━━ INPUT DATA ━━

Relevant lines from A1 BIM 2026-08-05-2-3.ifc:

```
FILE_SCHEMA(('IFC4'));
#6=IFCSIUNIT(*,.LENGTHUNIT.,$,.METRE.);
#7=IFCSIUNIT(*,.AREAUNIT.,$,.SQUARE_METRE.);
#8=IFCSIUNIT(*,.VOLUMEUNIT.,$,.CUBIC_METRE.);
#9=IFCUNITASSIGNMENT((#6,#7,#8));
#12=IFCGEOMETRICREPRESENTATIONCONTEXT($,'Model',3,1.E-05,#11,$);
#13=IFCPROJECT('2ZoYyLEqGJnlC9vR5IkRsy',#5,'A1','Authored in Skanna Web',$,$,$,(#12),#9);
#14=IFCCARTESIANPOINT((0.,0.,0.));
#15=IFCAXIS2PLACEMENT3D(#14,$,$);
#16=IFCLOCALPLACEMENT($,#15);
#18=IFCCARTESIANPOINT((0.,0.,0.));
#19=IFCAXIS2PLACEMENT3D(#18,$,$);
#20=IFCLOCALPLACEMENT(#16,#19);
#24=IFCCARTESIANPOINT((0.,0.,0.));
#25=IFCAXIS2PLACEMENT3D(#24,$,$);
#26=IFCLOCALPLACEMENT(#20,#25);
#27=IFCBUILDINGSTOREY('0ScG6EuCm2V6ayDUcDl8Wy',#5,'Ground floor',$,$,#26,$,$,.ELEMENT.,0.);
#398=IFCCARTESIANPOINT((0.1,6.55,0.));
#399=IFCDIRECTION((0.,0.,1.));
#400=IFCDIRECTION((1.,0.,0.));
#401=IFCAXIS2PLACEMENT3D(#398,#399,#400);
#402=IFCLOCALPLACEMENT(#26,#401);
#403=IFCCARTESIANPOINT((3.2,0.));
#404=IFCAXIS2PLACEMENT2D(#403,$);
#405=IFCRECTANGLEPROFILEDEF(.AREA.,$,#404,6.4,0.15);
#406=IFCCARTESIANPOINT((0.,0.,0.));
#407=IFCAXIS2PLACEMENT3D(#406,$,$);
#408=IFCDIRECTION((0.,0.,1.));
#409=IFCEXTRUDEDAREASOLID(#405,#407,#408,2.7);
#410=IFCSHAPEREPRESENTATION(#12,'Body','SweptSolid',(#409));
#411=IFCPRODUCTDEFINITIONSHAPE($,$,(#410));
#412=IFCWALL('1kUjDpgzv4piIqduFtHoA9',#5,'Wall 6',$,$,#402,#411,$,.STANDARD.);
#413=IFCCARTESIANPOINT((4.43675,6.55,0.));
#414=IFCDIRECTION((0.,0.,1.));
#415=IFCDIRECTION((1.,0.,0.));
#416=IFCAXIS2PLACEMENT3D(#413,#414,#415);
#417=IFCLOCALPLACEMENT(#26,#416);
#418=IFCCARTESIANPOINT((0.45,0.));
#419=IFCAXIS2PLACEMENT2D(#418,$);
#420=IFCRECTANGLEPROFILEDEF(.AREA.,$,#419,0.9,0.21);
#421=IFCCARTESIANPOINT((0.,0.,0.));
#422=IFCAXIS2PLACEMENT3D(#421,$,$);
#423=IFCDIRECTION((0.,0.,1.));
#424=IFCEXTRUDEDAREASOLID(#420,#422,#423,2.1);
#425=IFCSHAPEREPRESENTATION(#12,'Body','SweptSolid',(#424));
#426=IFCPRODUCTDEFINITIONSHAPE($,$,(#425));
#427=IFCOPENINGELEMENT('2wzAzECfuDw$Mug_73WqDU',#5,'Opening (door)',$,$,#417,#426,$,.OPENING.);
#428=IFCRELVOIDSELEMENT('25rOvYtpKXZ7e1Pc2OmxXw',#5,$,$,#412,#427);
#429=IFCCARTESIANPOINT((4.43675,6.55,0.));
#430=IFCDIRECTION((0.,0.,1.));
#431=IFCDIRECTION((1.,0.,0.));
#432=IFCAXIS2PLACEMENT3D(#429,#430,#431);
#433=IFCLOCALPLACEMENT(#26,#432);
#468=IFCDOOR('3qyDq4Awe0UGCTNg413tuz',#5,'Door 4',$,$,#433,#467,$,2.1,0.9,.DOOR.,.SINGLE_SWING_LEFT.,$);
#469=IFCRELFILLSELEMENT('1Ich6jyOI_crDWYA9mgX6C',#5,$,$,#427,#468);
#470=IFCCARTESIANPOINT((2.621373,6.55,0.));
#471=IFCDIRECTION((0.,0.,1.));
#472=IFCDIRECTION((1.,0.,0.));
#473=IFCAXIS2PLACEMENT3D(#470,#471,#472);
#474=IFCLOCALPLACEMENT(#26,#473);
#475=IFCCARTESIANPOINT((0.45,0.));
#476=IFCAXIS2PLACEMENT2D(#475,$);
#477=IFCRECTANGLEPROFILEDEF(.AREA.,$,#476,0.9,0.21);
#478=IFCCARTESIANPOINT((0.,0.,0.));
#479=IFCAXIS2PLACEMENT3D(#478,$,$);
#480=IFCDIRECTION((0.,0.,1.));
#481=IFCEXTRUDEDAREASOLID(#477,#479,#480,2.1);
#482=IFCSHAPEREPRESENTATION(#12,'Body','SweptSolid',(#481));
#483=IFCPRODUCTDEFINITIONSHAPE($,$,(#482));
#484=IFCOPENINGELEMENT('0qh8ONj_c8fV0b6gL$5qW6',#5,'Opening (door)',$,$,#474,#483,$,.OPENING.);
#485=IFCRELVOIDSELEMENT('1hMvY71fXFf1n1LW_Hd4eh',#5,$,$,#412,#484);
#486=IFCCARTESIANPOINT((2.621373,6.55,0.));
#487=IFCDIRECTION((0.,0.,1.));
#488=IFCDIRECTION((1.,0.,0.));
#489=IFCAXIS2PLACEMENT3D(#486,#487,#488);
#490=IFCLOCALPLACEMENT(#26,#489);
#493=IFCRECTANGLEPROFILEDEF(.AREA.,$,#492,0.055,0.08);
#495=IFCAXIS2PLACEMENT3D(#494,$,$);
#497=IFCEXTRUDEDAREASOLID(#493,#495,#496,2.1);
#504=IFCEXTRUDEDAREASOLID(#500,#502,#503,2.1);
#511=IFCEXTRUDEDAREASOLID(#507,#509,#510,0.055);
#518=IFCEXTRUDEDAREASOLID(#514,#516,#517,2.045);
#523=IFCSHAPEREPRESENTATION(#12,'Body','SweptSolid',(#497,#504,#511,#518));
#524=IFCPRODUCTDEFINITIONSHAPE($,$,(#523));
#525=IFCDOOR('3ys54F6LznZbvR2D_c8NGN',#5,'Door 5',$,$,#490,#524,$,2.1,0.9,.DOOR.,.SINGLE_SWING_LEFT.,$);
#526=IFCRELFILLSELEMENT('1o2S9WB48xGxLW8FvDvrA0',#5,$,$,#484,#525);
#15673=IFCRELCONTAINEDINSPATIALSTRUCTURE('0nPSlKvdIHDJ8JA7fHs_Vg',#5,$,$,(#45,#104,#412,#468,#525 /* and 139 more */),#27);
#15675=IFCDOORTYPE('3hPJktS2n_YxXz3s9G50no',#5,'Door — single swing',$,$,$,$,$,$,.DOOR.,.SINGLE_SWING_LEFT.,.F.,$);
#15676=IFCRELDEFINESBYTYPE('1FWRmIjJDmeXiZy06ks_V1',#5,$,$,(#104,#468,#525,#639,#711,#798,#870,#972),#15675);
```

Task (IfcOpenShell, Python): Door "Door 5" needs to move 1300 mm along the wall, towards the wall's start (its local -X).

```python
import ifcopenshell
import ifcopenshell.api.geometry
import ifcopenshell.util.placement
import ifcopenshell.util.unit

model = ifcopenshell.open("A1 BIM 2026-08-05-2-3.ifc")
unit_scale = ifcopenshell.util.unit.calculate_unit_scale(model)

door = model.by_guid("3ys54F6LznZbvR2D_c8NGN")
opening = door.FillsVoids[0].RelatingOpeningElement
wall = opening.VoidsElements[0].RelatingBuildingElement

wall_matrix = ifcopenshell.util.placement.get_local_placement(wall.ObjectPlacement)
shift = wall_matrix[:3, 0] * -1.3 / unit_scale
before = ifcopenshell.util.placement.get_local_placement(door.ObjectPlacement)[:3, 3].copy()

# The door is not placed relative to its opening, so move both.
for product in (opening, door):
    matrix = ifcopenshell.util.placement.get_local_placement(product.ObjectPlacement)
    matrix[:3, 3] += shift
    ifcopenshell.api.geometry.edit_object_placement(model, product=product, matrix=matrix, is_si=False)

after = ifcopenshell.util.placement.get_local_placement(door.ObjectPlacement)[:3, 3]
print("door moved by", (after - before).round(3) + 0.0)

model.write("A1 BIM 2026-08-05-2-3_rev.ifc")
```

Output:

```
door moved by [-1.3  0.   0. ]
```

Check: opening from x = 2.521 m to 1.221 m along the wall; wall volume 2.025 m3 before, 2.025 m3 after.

━━━

Looking at the entries, work out how many lines hold the word "IFCOPENINGELEMENT". Give the number and nothing else.

2